1094 The Largest Generation (25 分)
A family hierarchy is usually presented by a pedigree tree where all the nodes on the same level belong to the same generation. Your task is to find the generation with the largest population.
Input Specification:
Each input file contains one test case. Each case starts with two positive integers N (<100) which is the total number of family members in the tree (and hence assume that all the members are numbered from 01 to N), and M (<N) which is the number of family members who have children. Then M lines follow, each contains the information of a family member in the following format:
ID K ID[1] ID[2] ... ID[K]
where ID
is a two-digit number representing a family member, K
(>0) is the number of his/her children, followed by a sequence of two-digit ID
's of his/her children. For the sake of simplicity, let us fix the root ID
to be 01
. All the numbers in a line are separated by a space.
Output Specification:
For each test case, print in one line the largest population number and the level of the corresponding generation.
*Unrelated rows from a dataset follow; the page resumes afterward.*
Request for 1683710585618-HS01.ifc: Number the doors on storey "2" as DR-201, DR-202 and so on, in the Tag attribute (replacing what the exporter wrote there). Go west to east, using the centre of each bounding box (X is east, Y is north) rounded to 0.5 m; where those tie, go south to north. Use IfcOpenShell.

First a look at what the model holds.

```python
import ifcopenshell
import ifcopenshell.util.element
import ifcopenshell.util.placement

model = ifcopenshell.open("1683710585618-HS01.ifc")
print(model.schema)
storey = next(s for s in model.by_type("IfcBuildingStorey") if s.Name == "2")
doors = [e for e in ifcopenshell.util.element.get_decomposition(storey) if e.is_a("IfcDoor")]
for e in sorted(doors, key=lambda e: e.id()):
    origin = ifcopenshell.util.placement.get_local_placement(e.ObjectPlacement)[:3, 3]
    print(e.id(), e.Tag, e.Name, origin.round(2) + 0.0, sep=" | ")
```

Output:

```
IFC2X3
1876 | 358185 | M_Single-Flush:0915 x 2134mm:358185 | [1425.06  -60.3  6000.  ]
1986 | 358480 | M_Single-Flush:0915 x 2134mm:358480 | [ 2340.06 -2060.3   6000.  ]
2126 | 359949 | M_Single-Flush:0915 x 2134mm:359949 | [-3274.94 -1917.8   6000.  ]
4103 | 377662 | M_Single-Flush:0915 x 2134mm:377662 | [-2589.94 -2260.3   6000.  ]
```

```python
import ifcopenshell
import ifcopenshell.geom
import ifcopenshell.util.element
import ifcopenshell.util.shape

model = ifcopenshell.open("1683710585618-HS01.ifc")
settings = ifcopenshell.geom.settings()
settings.set("use-world-coords", True)


def centre(element):
    shape = ifcopenshell.geom.create_shape(settings, element)
    return ifcopenshell.util.shape.get_bbox_centroid(shape.geometry)


storey = next(s for s in model.by_type("IfcBuildingStorey") if s.Name == "2")
doors = [e for e in ifcopenshell.util.element.get_decomposition(storey) if e.is_a("IfcDoor")]

# Insertion points can sit at a corner or the storey origin, so sort by the geometry (in metres).
centres = {e: centre(e) for e in doors}
doors.sort(key=lambda e: (round(centres[e][0] / 0.5), centres[e][1]))

for i, e in enumerate(doors, start=1):
    number = f"DR-2{i:02d}"
    e.Tag = number
    print(e.id(), number)

model.write("1683710585618-HS01_v2.ifc")
```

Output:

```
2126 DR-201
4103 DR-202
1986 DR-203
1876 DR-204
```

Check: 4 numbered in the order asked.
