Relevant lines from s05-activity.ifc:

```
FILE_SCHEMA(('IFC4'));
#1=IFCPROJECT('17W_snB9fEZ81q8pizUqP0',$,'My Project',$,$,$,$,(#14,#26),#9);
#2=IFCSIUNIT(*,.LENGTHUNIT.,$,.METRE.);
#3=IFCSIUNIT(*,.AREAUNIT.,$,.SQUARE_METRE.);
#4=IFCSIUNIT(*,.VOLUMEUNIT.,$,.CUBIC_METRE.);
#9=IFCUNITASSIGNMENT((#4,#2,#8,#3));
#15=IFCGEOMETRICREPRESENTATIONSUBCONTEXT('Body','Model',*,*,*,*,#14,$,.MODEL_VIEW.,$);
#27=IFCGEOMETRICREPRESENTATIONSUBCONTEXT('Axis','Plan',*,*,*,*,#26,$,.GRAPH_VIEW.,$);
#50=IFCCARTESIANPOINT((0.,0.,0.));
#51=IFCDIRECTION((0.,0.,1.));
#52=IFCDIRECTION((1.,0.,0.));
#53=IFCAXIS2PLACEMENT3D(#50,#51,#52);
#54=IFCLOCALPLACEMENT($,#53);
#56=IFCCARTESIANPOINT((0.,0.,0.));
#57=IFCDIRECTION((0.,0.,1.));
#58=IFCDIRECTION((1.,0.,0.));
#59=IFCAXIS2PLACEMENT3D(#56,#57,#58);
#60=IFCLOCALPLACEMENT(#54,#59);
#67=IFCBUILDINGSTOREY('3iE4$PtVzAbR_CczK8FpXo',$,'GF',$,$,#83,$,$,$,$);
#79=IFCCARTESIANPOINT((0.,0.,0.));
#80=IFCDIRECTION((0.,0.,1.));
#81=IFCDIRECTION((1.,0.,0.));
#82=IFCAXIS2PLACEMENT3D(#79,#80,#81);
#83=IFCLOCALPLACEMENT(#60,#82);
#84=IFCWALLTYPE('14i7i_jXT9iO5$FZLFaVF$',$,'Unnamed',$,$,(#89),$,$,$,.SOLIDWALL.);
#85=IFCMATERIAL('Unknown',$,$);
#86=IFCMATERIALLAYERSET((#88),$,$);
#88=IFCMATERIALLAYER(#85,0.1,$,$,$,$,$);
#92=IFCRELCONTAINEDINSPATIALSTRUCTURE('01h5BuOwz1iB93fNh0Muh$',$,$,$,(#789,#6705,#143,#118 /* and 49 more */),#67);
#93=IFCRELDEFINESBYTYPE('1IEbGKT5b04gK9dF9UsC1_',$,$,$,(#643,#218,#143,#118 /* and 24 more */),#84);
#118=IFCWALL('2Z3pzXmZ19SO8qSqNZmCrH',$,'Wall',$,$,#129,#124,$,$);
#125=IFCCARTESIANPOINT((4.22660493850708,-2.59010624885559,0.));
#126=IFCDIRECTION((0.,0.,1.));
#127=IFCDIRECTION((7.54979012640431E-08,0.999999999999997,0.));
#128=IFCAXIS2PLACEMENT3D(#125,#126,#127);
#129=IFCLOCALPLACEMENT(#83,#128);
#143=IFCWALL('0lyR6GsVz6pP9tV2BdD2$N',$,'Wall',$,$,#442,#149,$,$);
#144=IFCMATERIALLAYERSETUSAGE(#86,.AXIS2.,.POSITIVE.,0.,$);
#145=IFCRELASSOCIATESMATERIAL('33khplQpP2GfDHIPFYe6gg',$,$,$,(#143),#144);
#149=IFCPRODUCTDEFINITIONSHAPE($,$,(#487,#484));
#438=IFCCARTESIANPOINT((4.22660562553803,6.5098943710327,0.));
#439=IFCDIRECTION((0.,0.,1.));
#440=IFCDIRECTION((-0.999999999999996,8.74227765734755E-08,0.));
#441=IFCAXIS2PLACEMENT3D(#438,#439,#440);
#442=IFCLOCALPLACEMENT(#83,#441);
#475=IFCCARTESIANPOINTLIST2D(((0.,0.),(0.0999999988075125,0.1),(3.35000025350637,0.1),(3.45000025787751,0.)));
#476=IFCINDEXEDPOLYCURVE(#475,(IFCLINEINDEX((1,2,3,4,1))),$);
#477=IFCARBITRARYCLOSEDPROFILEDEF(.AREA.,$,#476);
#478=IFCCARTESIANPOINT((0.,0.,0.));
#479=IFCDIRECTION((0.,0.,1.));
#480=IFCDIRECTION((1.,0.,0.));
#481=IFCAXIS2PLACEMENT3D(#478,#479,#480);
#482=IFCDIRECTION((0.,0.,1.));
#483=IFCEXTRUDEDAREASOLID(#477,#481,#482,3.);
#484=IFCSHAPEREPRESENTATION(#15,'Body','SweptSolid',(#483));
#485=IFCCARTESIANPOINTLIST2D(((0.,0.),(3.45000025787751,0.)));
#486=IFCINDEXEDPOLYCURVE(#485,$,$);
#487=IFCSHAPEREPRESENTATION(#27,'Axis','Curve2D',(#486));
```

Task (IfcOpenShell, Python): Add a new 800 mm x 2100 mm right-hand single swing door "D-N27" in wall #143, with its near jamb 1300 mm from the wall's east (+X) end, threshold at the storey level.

```python
import numpy as np
import ifcopenshell
import ifcopenshell.api.feature
import ifcopenshell.api.geometry
import ifcopenshell.api.root
import ifcopenshell.api.spatial
import ifcopenshell.geom
import ifcopenshell.util.element
import ifcopenshell.util.placement
import ifcopenshell.util.representation
import ifcopenshell.util.shape
import ifcopenshell.util.unit

model = ifcopenshell.open("s05-activity.ifc")
unit_scale = ifcopenshell.util.unit.calculate_unit_scale(model)
settings = ifcopenshell.geom.settings()


def volume(element):
    """Net volume in cubic metres, openings subtracted."""
    shape = ifcopenshell.geom.create_shape(settings, element)
    return ifcopenshell.util.shape.get_volume(shape.geometry)


wall = model.by_guid("0lyR6GsVz6pP9tV2BdD2$N")
storey = ifcopenshell.util.element.get_container(wall, ifc_class="IfcBuildingStorey")
context = ifcopenshell.util.representation.get_context(model, "Model", "Body", "MODEL_VIEW")
before = volume(wall)

width, height, from_end, sill = 0.8, 2.1, 1.3, 0.0  # metres

# The wall runs along its own X axis, and the end named is its -X end.
wall_shape = ifcopenshell.geom.create_shape(settings, wall)
x, y, z = ifcopenshell.util.shape.get_vertices(wall_shape.geometry).T
start = x.min() + from_end
face, thickness = float(y.min()), float(y.max() - y.min())
wall_matrix = ifcopenshell.util.placement.get_local_placement(wall.ObjectPlacement)
level = ifcopenshell.util.placement.get_local_placement(storey.ObjectPlacement)[2, 3]


def in_wall(x, y):
    """Placement at x, y metres in the wall's axes, at sill height."""
    matrix = wall_matrix.copy()
    matrix[:, 3] = wall_matrix @ np.array([x / unit_scale, y / unit_scale, 0.0, 1.0])
    matrix[2, 3] = level + sill / unit_scale
    return matrix


# Opening: a box that overshoots both wall faces by 50 mm.
opening = ifcopenshell.api.root.create_entity(model, ifc_class="IfcOpeningElement", predefined_type="OPENING")
box = ifcopenshell.api.geometry.add_wall_representation(
    model, context=context, length=width, height=height, thickness=thickness + 0.1
)
ifcopenshell.api.geometry.assign_representation(model, product=opening, representation=box)
ifcopenshell.api.geometry.edit_object_placement(model, product=opening, matrix=in_wall(start, face - 0.05), is_si=False)
ifcopenshell.api.feature.add_feature(model, feature=opening, element=wall)

door = ifcopenshell.api.root.create_entity(model, ifc_class="IfcDoor", name="D-N27", predefined_type="DOOR")
door.OverallWidth, door.OverallHeight = width / unit_scale, height / unit_scale
door.OperationType = "SINGLE_SWING_RIGHT"
body = ifcopenshell.api.geometry.add_door_representation(
    model,
    context=context,
    overall_width=door.OverallWidth,
    overall_height=door.OverallHeight,
    operation_type="SINGLE_SWING_RIGHT",
    lining_properties={"LiningDepth": thickness / unit_scale, "ThresholdDepth": thickness / unit_scale},
)
ifcopenshell.api.geometry.assign_representation(model, product=door, representation=body)
ifcopenshell.api.spatial.assign_container(model, products=[door], relating_structure=storey)
ifcopenshell.api.feature.add_filling(model, opening=opening, element=door)

# The lining spans the wall, so the door starts at the wall face.
ifcopenshell.api.geometry.edit_object_placement(model, product=door, matrix=in_wall(start, face), is_si=False)

after = volume(wall)

print(f"wall volume {before:.3f} -> {after:.3f} m3")

model.write("s05-activity_v2.ifc")
```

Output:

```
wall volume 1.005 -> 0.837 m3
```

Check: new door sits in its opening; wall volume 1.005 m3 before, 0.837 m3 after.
It is assumed that such a generation is unique, and the root level is defined to be 1.
Sample Input:
23 13
21 1 23
01 4 03 02 04 05
03 3 06 07 08
06 2 12 13
13 1 21
08 2 15 16
02 2 09 10
11 2 19 20
17 1 22
05 1 11
07 1 14
09 1 17
10 1 18
Sample Output:
9 4
#include<iostream>
#include<algorithm>
#include<vector>
#include<queue>
using namespace std;
struct Node{
int deep;
vector<int> child;
}node[110];
int n, m;
double p, r, temp = 0;
void bfs(int root, int deep){
node[root].deep = deep;
queue<int> q;
q.push(root);
while (!q.empty()){
int top = q.front();
q.pop();
if (temp < node[top].deep)
temp = node[top].deep;
if (node[top].child.size()!=0)
for (int i = 0; i < node[top].child.size(); i++){
node[node[top].child[i]].deep = node[top].deep + 1;
q.push(node[top].child[i]);
}
}
}
int main(){
scanf("%d %d", &n, &m);
int no, k, x;
for (int i = 0; i < m; i++){
scanf("%d %d", &no, &k);
for (int j = 0; j < k; j++){
scanf("%d", &x);
node[no].child.push_back(x);
}
}
bfs(1, 1);
int deep[110] = { 0 };
for (int i = 1; i <= n; i++)
deep[node[i].deep]++;
int num = 0, d;
for (int i = 1; i <= temp; i++){
if (num < deep[i]){
num = deep[i];
d = i;
}
}
printf("%d %d", num, d);
}